§ WORK TO BE COMPLETED:
One part of the entries below is wanted: the lines from the one containing "#189=IFCINDEXEDPOLYGONALFACE((25,26,30,29));" through the one containing "#196=IFCINDEXEDPOLYGONALFACE((39,41,42,40));". Write those out exactly and nothing else.

§ MATERIAL FOR THE TASK:
═══

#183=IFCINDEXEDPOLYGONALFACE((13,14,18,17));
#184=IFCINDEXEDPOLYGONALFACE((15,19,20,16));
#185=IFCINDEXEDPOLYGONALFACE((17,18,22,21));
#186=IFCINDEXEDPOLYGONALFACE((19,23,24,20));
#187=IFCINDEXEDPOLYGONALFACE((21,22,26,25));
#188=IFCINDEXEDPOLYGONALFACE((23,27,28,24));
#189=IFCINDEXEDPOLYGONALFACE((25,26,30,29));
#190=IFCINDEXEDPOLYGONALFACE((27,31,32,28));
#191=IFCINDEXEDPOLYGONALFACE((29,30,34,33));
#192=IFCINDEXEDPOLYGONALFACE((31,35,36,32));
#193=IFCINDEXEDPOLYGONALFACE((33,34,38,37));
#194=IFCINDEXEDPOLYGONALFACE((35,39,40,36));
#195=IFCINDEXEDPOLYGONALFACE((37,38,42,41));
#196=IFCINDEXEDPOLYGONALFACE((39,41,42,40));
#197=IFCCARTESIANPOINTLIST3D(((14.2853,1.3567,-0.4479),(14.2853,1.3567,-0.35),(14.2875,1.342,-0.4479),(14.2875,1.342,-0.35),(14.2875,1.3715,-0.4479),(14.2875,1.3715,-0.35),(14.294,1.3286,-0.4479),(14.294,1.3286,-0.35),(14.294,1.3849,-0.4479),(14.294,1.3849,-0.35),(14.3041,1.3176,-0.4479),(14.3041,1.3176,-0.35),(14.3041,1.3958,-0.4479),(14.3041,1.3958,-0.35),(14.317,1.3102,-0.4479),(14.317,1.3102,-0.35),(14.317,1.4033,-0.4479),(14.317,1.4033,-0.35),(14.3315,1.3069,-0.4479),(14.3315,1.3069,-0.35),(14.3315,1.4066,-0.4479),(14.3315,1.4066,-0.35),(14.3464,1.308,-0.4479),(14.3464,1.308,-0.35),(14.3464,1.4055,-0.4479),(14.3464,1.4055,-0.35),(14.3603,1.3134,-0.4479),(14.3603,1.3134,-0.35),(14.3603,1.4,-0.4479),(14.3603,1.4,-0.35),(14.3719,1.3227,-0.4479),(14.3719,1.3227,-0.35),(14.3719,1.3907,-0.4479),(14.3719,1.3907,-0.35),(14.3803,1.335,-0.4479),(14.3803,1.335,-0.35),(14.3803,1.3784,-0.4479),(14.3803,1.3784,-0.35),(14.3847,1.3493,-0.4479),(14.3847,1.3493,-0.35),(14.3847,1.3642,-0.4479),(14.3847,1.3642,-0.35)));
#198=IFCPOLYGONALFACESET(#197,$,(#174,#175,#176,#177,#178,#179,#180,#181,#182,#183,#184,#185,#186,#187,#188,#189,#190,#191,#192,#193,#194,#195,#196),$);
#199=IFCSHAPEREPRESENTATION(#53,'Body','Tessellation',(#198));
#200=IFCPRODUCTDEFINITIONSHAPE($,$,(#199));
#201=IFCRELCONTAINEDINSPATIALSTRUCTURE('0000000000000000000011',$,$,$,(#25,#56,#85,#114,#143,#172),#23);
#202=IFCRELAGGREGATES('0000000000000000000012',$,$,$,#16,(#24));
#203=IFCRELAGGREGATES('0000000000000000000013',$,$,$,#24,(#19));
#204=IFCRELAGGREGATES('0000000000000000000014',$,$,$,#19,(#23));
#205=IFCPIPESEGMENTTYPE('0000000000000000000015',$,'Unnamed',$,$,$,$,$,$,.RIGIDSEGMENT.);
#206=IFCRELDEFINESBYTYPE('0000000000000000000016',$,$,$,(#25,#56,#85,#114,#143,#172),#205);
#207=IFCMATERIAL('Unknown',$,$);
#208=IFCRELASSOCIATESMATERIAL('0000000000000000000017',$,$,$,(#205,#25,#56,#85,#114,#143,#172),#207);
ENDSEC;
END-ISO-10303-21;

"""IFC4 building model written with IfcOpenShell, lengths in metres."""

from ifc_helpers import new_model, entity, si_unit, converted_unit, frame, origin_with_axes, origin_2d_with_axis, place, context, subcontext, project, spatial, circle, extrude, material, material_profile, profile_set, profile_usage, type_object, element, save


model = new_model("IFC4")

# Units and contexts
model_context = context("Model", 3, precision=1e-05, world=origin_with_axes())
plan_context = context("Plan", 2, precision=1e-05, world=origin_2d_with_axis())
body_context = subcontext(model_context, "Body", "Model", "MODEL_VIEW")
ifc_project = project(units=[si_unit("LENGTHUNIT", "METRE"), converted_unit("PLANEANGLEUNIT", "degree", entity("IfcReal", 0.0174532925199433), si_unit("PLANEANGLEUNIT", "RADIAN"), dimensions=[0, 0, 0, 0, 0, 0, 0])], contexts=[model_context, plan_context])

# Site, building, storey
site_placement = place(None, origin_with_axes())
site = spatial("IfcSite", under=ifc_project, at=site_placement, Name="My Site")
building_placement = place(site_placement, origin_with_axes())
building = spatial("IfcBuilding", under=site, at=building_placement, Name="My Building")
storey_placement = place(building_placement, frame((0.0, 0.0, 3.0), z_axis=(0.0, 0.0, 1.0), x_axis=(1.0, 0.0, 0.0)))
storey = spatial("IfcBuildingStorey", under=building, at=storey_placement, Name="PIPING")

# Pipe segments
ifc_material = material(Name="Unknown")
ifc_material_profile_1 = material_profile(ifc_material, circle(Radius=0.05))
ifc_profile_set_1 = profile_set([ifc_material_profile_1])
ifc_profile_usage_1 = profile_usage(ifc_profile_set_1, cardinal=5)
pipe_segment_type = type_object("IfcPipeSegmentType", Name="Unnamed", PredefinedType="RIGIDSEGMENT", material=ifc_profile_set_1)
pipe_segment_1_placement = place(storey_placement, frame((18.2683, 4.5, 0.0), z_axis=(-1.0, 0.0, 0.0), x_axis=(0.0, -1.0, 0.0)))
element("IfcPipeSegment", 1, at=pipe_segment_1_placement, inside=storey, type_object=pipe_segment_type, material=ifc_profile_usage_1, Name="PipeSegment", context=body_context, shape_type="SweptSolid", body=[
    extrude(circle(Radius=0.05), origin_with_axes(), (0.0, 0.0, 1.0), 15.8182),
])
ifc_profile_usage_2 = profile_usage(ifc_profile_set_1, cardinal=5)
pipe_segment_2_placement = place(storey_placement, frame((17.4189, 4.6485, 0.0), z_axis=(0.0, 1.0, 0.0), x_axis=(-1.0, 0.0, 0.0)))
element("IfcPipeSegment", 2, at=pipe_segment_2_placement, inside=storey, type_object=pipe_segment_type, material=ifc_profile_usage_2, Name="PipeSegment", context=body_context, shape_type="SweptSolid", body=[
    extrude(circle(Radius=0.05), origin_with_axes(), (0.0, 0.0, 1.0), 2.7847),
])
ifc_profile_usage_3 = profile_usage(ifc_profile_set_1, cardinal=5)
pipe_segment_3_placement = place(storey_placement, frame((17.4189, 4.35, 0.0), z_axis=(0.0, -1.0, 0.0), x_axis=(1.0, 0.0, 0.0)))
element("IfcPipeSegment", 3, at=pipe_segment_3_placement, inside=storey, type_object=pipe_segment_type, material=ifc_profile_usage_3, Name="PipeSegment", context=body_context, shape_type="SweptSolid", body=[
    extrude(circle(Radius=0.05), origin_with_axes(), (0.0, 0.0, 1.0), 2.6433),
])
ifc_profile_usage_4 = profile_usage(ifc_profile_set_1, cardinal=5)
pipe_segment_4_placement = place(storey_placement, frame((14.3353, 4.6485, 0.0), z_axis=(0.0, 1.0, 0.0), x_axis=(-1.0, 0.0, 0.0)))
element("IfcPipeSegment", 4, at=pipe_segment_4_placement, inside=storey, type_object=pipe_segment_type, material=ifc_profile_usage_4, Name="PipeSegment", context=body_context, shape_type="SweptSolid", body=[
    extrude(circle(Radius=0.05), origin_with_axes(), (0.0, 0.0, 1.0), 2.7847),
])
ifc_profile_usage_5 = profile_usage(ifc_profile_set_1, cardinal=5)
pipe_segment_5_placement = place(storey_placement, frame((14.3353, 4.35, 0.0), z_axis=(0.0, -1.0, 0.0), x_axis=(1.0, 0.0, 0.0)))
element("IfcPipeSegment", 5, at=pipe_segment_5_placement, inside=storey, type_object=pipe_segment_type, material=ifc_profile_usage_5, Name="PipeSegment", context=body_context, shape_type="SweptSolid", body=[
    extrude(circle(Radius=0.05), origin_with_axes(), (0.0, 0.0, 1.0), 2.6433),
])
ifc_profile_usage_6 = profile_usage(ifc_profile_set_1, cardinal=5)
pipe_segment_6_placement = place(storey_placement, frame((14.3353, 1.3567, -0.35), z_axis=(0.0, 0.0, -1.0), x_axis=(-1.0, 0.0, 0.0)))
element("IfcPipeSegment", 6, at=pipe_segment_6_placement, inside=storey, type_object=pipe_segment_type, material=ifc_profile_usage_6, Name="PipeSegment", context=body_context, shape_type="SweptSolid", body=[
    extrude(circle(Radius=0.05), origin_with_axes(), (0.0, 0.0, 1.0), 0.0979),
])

═══

§ SOLUTION TO THE EXERCISE:
#189=IFCINDEXEDPOLYGONALFACE((25,26,30,29));
#190=IFCINDEXEDPOLYGONALFACE((27,31,32,28));
#191=IFCINDEXEDPOLYGONALFACE((29,30,34,33));
#192=IFCINDEXEDPOLYGONALFACE((31,35,36,32));
#193=IFCINDEXEDPOLYGONALFACE((33,34,38,37));
#194=IFCINDEXEDPOLYGONALFACE((35,39,40,36));
#195=IFCINDEXEDPOLYGONALFACE((37,38,42,41));
#196=IFCINDEXEDPOLYGONALFACE((39,41,42,40));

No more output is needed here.